Fantastic, thanks for the fixes.

I've been porting the BeebEm emulation of Sprow's ARM7TDMI co-processor to b-em, hence the interest in ARM.

Would there be any interest in including it in the official b-em repository as a branch maybe? I do have permission to include the ROM with b-em in return for an attribution and link to his website.

SteveFosdick commented 1 year ago

Yes, by all means add that. B-Em has a good range of tube processors including the unofficial ones so it fits right in.

rjpontefract commented 1 year ago

I have a branch with the code for ARM7TDMI support in my fork of b-em at https://github.com/rjpontefract/b-em. The branch is rp/sprow_copro.

It builds and runs the various demonstration programs correctly. It even runs DudleySoft's port of Doom if you set the tube speed high enough.

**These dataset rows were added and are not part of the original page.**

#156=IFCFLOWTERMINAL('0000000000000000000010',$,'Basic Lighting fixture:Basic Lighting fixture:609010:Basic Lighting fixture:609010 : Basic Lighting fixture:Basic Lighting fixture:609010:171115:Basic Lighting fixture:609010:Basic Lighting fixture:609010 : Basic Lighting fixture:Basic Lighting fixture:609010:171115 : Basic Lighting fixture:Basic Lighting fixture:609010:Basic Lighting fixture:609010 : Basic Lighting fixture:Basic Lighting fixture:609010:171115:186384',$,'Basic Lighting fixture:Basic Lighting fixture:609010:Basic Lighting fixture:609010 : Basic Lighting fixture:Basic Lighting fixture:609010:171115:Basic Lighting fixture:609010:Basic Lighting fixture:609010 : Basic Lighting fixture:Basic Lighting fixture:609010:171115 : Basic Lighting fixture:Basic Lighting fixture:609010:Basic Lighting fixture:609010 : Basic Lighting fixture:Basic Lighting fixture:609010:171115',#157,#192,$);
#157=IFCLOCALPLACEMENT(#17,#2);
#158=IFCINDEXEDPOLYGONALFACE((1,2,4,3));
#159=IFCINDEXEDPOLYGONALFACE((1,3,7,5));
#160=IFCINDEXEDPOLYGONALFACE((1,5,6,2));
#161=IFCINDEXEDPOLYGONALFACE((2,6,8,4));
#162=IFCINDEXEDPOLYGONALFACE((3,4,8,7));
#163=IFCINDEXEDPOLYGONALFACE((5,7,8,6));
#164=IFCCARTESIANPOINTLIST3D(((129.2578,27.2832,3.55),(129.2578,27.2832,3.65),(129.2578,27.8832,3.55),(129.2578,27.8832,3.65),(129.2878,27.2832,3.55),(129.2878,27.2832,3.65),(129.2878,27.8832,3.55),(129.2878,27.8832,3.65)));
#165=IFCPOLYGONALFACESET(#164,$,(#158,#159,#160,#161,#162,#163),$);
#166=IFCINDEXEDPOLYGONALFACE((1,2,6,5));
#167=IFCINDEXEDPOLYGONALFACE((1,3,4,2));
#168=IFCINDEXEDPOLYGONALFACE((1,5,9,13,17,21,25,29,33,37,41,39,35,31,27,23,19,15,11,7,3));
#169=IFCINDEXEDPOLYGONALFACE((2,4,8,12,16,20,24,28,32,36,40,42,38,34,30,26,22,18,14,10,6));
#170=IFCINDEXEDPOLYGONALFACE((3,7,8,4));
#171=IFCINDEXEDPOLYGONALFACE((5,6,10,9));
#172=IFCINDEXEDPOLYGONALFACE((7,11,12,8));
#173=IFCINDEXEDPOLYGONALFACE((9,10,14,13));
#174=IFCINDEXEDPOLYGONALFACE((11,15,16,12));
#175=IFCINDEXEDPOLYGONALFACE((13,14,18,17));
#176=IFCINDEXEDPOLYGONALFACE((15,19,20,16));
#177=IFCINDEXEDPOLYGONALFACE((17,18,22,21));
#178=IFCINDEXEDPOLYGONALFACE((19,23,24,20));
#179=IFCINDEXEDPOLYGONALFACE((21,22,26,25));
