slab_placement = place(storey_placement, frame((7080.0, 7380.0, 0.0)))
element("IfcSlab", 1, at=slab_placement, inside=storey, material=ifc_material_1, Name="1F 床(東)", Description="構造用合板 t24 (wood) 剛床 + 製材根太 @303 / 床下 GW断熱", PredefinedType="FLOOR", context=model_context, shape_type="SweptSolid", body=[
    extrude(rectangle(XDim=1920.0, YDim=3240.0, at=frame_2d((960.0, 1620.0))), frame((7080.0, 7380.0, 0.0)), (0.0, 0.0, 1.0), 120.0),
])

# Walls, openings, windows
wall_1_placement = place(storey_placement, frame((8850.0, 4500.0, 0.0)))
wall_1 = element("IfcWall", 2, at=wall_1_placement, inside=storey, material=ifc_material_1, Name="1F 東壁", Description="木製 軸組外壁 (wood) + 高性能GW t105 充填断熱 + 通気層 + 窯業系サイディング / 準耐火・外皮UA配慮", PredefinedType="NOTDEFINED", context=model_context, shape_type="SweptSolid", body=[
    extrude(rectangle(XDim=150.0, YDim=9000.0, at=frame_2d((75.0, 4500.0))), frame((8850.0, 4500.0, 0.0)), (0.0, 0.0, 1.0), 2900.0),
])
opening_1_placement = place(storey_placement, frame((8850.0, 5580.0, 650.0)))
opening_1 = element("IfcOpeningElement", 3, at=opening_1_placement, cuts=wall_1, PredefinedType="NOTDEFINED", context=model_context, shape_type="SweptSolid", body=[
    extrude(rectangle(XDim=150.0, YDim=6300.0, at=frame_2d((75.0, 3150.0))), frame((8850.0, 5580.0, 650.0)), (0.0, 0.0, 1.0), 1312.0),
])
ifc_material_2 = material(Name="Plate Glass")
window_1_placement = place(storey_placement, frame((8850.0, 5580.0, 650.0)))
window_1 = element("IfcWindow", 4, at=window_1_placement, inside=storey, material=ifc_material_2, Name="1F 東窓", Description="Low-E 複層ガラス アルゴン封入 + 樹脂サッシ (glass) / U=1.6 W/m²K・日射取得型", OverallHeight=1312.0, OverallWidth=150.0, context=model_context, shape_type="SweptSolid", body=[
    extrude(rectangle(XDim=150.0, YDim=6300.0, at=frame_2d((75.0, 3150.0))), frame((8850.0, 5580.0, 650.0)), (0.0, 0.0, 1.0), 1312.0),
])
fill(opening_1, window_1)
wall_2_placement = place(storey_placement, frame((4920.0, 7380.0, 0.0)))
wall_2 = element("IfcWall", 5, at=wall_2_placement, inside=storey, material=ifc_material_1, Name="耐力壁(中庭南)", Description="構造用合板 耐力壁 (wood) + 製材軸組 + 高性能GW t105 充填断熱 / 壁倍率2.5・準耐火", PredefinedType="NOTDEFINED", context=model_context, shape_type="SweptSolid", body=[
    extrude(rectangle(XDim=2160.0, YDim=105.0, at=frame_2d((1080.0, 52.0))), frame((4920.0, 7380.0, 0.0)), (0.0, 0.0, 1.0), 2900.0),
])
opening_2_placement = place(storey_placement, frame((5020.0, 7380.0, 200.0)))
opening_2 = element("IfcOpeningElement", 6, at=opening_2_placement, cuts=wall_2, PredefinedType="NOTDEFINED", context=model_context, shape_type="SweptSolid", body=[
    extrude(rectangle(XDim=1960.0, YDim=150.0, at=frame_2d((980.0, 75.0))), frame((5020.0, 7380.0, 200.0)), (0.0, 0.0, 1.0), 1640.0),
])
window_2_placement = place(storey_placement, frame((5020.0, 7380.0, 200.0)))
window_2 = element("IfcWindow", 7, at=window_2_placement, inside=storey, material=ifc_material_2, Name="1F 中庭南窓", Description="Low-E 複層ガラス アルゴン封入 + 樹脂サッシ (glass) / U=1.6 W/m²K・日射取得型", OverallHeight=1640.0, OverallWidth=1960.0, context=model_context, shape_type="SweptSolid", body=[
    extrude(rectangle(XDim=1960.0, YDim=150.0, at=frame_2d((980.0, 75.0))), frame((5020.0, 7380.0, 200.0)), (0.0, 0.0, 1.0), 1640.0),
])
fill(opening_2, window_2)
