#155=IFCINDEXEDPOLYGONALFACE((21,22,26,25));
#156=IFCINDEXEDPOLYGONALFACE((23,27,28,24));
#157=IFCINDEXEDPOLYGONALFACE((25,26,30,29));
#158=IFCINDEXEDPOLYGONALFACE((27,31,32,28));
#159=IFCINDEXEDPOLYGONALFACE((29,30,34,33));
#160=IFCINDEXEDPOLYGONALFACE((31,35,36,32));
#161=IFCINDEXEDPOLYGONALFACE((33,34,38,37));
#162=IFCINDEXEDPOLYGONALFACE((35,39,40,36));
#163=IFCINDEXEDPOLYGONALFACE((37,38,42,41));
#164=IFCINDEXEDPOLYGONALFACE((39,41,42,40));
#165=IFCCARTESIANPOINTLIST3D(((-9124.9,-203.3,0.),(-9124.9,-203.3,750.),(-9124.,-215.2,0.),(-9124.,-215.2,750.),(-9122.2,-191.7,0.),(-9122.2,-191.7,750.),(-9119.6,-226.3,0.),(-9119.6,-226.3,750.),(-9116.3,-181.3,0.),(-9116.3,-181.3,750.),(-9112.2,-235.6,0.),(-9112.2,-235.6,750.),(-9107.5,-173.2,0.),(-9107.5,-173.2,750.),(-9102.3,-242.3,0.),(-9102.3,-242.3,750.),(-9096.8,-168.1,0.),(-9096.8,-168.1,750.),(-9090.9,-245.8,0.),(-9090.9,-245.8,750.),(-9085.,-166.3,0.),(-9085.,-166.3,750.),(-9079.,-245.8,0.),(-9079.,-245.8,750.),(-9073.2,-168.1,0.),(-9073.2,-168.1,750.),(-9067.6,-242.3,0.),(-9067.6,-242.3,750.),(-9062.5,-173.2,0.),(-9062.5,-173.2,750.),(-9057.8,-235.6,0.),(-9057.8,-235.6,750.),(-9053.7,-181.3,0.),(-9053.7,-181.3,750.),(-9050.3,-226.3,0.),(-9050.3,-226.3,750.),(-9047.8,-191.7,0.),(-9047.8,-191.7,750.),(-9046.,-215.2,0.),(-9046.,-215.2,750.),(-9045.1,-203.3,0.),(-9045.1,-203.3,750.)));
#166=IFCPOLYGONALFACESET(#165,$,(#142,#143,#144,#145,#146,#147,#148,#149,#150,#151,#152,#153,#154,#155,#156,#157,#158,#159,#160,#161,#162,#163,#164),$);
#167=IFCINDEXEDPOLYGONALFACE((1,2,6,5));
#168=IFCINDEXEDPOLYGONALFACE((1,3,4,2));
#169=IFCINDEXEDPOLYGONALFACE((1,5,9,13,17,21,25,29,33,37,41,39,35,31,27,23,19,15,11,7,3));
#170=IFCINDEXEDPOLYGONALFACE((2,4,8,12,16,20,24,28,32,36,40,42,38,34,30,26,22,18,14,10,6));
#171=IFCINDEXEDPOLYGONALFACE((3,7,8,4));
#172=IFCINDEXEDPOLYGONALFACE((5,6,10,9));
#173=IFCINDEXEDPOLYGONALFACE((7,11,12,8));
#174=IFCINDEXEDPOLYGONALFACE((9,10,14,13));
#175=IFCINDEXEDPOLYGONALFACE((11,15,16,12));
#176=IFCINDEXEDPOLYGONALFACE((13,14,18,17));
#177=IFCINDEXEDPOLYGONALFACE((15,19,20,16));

I can create a pull request, but I don't want to mess it up, so any advice on how best to create a pull request would be appreciated.

SteveFosdick commented 1 year ago

I don't remember doing a pull request - as I have direct access to the repository I just work on a branch and merge when ready. But, looking at the network graph your fork has the latest master merged so it should merge cleanly. I would just follow the prompts from GitHub.

rjpontefract commented 1 year ago

I've created a pull request for the changes. Let me know if there are any problems with it.